Pinot

This family tree, which incorporates that of Cabernet Sauvignon, is taken from Wine Grapes, the book I wrote with Julia Harding MW and Dr José Vouillamoz, and is the most complex therein. This is only partly because Pinot (Pinot Noir, Pinot Gris/Grigio and Pinot Blanc have identical DNA profiles) and an obscure eastern French, pale-skinned variety, Gouais Blanc, produced so many progeny. Their 21 known offspring include Chardonnay, Aligoté, the Muscadet grape Melon and the Beaujolais grape Gamay. But Gouais Blanc, encountered today occasionally as Gwäss, has also been shown to be a parent of dozens of other varieties including the great grape of Germany, Riesling, Chenin Blanc, Colombard, the middle European dark-skinned Blaufränkisch and Muscadelle, the third white-wine grape of southwest France with Sauvignon Blanc and Sémillon. Few of the other parents are known. (As in the diagram for Cabernet Sauvignon, question marks represent unknown, probably extinct, varieties.) This is particularly true of the relationships shown in the top right-hand corner which shows how, unexpectedly, the Pinot of Burgundy is related to Syrah and Viognier of the Rhône as well as to a host of Italian grape varieties, including those most famously responsible for Valpolicella.
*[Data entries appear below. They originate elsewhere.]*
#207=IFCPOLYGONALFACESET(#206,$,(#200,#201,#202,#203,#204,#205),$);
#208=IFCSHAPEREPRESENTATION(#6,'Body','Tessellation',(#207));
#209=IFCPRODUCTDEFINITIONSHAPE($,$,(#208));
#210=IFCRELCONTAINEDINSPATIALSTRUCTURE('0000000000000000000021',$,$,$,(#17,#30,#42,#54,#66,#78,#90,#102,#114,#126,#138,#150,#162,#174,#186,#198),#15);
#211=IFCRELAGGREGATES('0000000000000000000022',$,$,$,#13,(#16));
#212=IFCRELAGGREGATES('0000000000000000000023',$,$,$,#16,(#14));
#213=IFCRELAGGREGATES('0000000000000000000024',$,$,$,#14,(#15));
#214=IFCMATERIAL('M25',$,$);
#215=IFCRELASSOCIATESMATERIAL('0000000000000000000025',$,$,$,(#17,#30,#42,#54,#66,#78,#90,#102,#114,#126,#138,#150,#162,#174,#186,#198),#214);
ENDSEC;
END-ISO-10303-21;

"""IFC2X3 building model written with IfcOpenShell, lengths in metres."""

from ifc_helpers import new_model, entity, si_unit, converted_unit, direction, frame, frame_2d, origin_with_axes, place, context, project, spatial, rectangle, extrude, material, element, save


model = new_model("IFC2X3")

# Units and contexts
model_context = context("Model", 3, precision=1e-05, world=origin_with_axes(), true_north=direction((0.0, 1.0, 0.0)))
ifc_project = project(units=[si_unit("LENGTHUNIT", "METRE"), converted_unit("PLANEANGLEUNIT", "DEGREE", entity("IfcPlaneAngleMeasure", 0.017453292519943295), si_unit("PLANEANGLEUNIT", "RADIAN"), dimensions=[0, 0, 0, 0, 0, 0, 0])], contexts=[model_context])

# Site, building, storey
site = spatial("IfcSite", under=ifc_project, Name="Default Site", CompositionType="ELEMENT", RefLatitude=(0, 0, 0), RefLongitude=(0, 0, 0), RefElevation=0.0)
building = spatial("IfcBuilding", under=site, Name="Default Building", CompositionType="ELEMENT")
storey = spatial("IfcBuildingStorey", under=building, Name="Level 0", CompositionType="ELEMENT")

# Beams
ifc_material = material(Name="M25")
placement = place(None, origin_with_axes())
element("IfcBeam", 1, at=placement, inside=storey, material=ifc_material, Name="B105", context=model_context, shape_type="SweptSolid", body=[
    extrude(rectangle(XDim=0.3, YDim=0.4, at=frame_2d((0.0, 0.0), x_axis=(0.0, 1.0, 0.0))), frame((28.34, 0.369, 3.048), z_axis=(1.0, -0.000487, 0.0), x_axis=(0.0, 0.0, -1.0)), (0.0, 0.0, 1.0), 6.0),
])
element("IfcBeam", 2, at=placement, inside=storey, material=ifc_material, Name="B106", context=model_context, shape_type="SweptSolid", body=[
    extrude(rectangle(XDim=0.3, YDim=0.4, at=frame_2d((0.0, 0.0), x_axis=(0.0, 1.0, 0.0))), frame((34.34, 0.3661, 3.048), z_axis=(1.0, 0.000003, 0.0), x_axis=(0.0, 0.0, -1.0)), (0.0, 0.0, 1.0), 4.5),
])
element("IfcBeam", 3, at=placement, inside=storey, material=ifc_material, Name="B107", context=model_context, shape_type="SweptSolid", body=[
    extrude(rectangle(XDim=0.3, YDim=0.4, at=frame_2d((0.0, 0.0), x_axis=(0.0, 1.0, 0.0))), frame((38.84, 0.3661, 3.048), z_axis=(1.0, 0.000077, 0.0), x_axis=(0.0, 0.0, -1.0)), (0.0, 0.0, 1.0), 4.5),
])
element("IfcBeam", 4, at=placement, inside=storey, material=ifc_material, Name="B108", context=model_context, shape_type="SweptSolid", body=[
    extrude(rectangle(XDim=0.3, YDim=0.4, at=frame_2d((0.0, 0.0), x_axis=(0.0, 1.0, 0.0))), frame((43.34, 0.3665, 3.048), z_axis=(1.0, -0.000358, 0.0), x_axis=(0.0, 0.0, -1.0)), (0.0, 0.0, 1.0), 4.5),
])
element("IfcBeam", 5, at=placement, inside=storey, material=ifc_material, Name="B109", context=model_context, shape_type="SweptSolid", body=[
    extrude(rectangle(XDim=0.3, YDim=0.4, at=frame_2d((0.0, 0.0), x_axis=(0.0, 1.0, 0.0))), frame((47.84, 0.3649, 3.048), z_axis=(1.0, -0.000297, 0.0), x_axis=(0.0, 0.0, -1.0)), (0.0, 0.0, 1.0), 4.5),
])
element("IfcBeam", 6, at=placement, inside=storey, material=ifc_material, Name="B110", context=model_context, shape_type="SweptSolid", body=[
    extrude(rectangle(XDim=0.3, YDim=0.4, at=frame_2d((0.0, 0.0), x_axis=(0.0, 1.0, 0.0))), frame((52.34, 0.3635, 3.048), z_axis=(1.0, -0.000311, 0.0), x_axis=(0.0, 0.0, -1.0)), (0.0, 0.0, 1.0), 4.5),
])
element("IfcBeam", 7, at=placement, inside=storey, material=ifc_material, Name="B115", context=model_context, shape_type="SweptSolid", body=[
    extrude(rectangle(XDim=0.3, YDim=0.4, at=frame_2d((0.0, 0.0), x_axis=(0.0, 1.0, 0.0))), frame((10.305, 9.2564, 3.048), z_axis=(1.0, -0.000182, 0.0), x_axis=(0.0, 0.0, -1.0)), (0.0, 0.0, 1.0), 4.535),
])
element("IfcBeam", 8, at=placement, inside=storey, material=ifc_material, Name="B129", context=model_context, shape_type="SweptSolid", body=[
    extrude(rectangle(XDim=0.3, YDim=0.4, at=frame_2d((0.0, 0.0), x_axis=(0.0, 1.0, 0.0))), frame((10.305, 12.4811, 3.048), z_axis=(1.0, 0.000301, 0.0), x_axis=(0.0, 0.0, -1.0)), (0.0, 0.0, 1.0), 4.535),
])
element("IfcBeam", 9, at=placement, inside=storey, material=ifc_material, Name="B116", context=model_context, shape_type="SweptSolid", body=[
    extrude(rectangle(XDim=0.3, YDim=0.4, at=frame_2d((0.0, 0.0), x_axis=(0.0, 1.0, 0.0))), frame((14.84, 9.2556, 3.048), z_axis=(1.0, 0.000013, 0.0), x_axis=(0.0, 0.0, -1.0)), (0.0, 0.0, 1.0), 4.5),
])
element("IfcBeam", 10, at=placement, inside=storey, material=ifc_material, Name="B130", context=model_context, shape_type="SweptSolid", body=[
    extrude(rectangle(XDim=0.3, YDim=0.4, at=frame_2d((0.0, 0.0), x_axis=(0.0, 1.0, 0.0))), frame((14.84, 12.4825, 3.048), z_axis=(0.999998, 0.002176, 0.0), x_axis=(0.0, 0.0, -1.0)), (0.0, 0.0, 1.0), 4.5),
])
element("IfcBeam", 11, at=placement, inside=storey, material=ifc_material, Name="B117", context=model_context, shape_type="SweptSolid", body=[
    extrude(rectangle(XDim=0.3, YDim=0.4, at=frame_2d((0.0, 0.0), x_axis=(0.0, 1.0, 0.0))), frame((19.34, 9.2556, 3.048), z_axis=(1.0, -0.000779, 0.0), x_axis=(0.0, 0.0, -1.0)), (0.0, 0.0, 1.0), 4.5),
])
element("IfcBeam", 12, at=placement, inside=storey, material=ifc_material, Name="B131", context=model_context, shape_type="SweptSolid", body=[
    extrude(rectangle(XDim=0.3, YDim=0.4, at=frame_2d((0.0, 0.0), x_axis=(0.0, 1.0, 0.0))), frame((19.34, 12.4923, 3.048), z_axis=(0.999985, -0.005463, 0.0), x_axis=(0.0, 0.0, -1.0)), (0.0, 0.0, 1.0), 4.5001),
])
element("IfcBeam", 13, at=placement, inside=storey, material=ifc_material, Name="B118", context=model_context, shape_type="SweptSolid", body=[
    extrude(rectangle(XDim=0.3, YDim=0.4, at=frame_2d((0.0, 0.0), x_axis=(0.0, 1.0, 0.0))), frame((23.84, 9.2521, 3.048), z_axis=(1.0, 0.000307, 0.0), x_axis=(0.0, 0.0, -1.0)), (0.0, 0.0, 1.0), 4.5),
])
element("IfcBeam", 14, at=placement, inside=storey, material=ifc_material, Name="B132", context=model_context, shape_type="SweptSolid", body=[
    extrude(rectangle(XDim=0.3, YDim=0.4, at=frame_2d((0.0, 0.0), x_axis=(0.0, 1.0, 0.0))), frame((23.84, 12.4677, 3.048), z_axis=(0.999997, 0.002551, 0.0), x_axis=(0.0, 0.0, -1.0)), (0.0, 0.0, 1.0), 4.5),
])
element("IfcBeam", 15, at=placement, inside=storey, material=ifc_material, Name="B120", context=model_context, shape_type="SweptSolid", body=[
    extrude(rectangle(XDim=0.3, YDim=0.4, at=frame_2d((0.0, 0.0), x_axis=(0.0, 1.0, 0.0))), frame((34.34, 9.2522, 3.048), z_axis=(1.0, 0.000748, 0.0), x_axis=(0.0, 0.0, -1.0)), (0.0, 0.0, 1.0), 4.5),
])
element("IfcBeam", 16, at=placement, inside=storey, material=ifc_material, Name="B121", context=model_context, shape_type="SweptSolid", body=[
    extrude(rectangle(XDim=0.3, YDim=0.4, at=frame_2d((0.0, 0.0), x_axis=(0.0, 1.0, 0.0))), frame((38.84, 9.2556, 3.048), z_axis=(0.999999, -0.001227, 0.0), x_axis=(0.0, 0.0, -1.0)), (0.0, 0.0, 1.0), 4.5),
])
‘Wine Grapes’by Jancis Robinson, Julia Harding and José Vouillamoz is published by Allen Lane (£120)

Cabernet Sauvignon

When geneticists at the University of California, Davis discovered the parentage of the ubiquitous Cabernet Sauvignon vine in 1997, they revolutionised wine knowledge, opening the door to an avalanche of revelations of relationships between varieties previously never associated with each other. By complex analysis of the DNA of some of the most important vine varieties they found that, just as any small child might surmise but no wine connoisseur had ever contemplated, the parents of Cabernet Sauvignon must have been the equally dark-skinned Cabernet Franc and, unexpectedly, the light-skinned Sauvignon Blanc. But, as you can see from the diagram showing the relationships between this particular family of varieties, many but not all of them common in southwest France, this was just a piece in a jigsaw puzzle, one that is not yet complete. DNA profiling demonstrates parent-offspring relationships but cannot identify which is the parent so, for example, Abouriou may turn out to be the parent of the surprisingly important variety Magdeleine Noire des Charentes (and grandparent of Merlot) rather than the offspring.

Cabernet Sauvignon

Wine family tree - Cabernet

It is perhaps not unexpected that the Cabernets, Merlot, Cot/Malbec, Carmenère and Sauvignon Blanc turn out to be related. They are the most commonly grown varieties of Bordeaux (even if Carmenère is now more much more widely grown in Chile than Bordeaux). Folle Blanche/Gros Plant is grown to the north of Bordeaux in Cognac country and just south of Nantes at the mouth of the Loire. The Loire is Chenin Blanc territory so Chenin’s appearance here is not a total shock. Nor is Trebbiano Toscano/Ugni Blanc, another variety widely used for distillation in southwest France. But Savagnin comes from the other corner of France entirely – and makes a much more predictable appearance in the Pinot family pedigree, thus showing that, in a roundabout fashion, the great grape of Burgundy is related to the great grape of Bordeaux.